Früh in „Ein paar Worte nach Mitternacht“ fällt auf, dass es gegenwärtig viel mehr Antworten gibt als Fragen, auch viel mehr Leute, die antworten, als Leute, die Fragen stellen (also Fragen, die die Antworten nicht gleich schon beinhalten). Denn auch die Ermittlerin Rubin, Meret Becker, antwortet, bevor ihr Kollege Karow, Mark Waschke, etwas wissen will. Er guckt sich noch um, sie sagt: „Rechtsradikaler Anschlag. Staatsschutz. Fertig.“

Tatort „Ein paar Worte nach Mitternacht“ (ARD): Keine Kommissars-Show

Persönliche Betroffenheit spielt natürlich eine Rolle, auch und erst recht in diesem Tatort schleppt jeder mit, wer er ist. Dass das den Blick verengt: nicht ideal für die Ermittlungen. Das Buch von Christoph Darnstädt, von Lena Knauss in einem kalt-nächtlichen Berlin inszeniert, macht aus dem zwölften Rubin-Karow-Fall aber keine Kommissars-Show. Mag Rubin im Schaumbad mit ihrem Liebhaber rauchen und sinnieren, mag Karow so lässig sein, dass man sich daran nicht sattsehen kann, beide können sich doch durchaus auf ihre Arbeit konzentrieren.

Der erste Tote im Tatort ist ein 90-Jähriger am Abend seines Geburtstags, Rolf Becker (Meret Beckers Vater), der ein Schild um den Hals trägt: „Ich war zu feige, für Deutschland zu kämpfen.“ (Darum: „Rechtsradikaler Anschlag. Staatsschutz. Fertig.“) Der zweite Tote ist sein ebenfalls hochbetagter Bruder. Die beiden haben sich Ewigkeiten nicht gesehen. Keller ist ihr ebenso unauffälliger wie andererseits sinnfälliger Name.

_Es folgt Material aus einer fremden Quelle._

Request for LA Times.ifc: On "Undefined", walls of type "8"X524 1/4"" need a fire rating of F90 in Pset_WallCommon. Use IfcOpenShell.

First a look at what the model holds.

```python
import ifcopenshell
import ifcopenshell.util.element

model = ifcopenshell.open("LA Times.ifc")
print(model.schema)
storey = next(s for s in model.by_type("IfcBuildingStorey") if s.Name == "Undefined")
walls = [e for e in ifcopenshell.util.element.get_decomposition(storey) if e.is_a("IfcWall")]
seen = {}
for e in walls:
    element_type = ifcopenshell.util.element.get_type(e)
    key = (element_type.Name if element_type != e and element_type else None, ifcopenshell.util.element.get_pset(e, "Pset_WallCommon", "FireRating"))
    seen[key] = seen.get(key, 0) + 1
for (name, value), count in sorted(seen.items(), key=str):
    print(count, "x", name, "|", value)
```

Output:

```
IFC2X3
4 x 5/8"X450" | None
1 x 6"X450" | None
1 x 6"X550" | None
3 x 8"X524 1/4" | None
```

```python
import ifcopenshell
import ifcopenshell.api.pset
import ifcopenshell.util.element

model = ifcopenshell.open("LA Times.ifc")

storey = next(s for s in model.by_type("IfcBuildingStorey") if s.Name == "Undefined")
walls = [e for e in ifcopenshell.util.element.get_decomposition(storey) if e.is_a("IfcWall")]

count = 0
for e in walls:
    element_type = ifcopenshell.util.element.get_type(e)
    if element_type in (None, e) or element_type.Name != '8"X524 1/4"':
        continue
    found = ifcopenshell.util.element.get_pset(e, "Pset_WallCommon", should_inherit=False)
    if found:
        pset = model.by_id(found["id"])
        if len(ifcopenshell.util.element.get_elements_by_pset(pset)) > 1:
            pset = ifcopenshell.api.pset.unshare_pset(model, products=[e], pset=pset)[0]
    else:
        pset = ifcopenshell.api.pset.add_pset(model, product=e, name="Pset_WallCommon")
    ifcopenshell.api.pset.edit_pset(model, pset=pset, properties={"FireRating": "F90"})
    count += 1

print(count, "walls updated")

model.write("LA Times_updated.ifc")
```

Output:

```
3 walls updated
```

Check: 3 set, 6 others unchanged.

Das Westberliner Bauunternehmen des 90-Jährigen engagiert sich in Israel. Der Bruder, Keller Ost genannt, hat eine Stasi-Karriere gemacht. Am Ende des Zweiten Weltkriegs waren sie gerade mal Teenager, so ist das inzwischen. Überhaupt ist das Leben seither weitergegangen, Jörg Schüttauf als Sohn von Keller Ost kommt als tüchtig rechtsradikaler Bürger ins Bild. Der Sohn von Keller West, Stefan Kurt, und seine ehrgeizige Frau, Marie-Lou Sellem, sind vor allem erpicht darauf, die florierenden Israel-Geschäfte nicht stören zu lassen.

Tatort „Ein paar Worte nach Mitternacht“ (ARD): Keine Kommissars-Show

Der Enkel von Keller West wiederum, Leonard Schleicher, ist in der Hausbesetzungsszene aktiv. Seine coole Freundin Ruth, Victoria Schulz, ist eine junge Historikerin, die sich ähnliche Fragen stellt wie Rubin und Karow. Das manchmal unangenehm Naseweise derer, die nicht dabei waren, wird bei weitem übertroffen von der abgebrühten Verdrängung der in diesem Fall mittleren Generation: Waren auch nicht dabei, können nichts dafür, aber wissen noch ganz gut Bescheid, aber jetzt will man in Ruhe seinen Geschäften nachgehen.

Interessant, dass es die ganz Jungen sind, die wieder nachfragen. Und dass die ganz Alten eigentlich ganz gerne einfach sagen wollen, was damals war. In einer fabelhaften Szene sitzt Rubin – Meret Becker wie betäubt – bei der dementen Witwe von Keller West im Pflegeheim, Katharina Matz. Sie erzählt, wie sie damals der Lehrerin sagte, dass bei den Nachbarn auf dem Dachboden Juden versteckt waren.

Imposant, dass es in dieser bedeutungsgeladenen, aber nicht aufdringlichen Umgebung doch gelingt, einen halbwegs spannenden Tatort zu verfertigen.

Die Gedenktafel, die Publikum und Polizei der Lösung – wenn man es so nennen will – näher bringt, gibt es. Es ist eine der Gedenktafeln, die Menschen beim Vorübergehen erschüttert zur Kenntnis nehmen und weitergehen. Aber ebenso, wie immer vorher etwas geschehen ist, geschieht auch hinterher etwas.

„Tatort: Ein paar Worte nach Mitternacht“, ARD, So., 20.15 Uhr.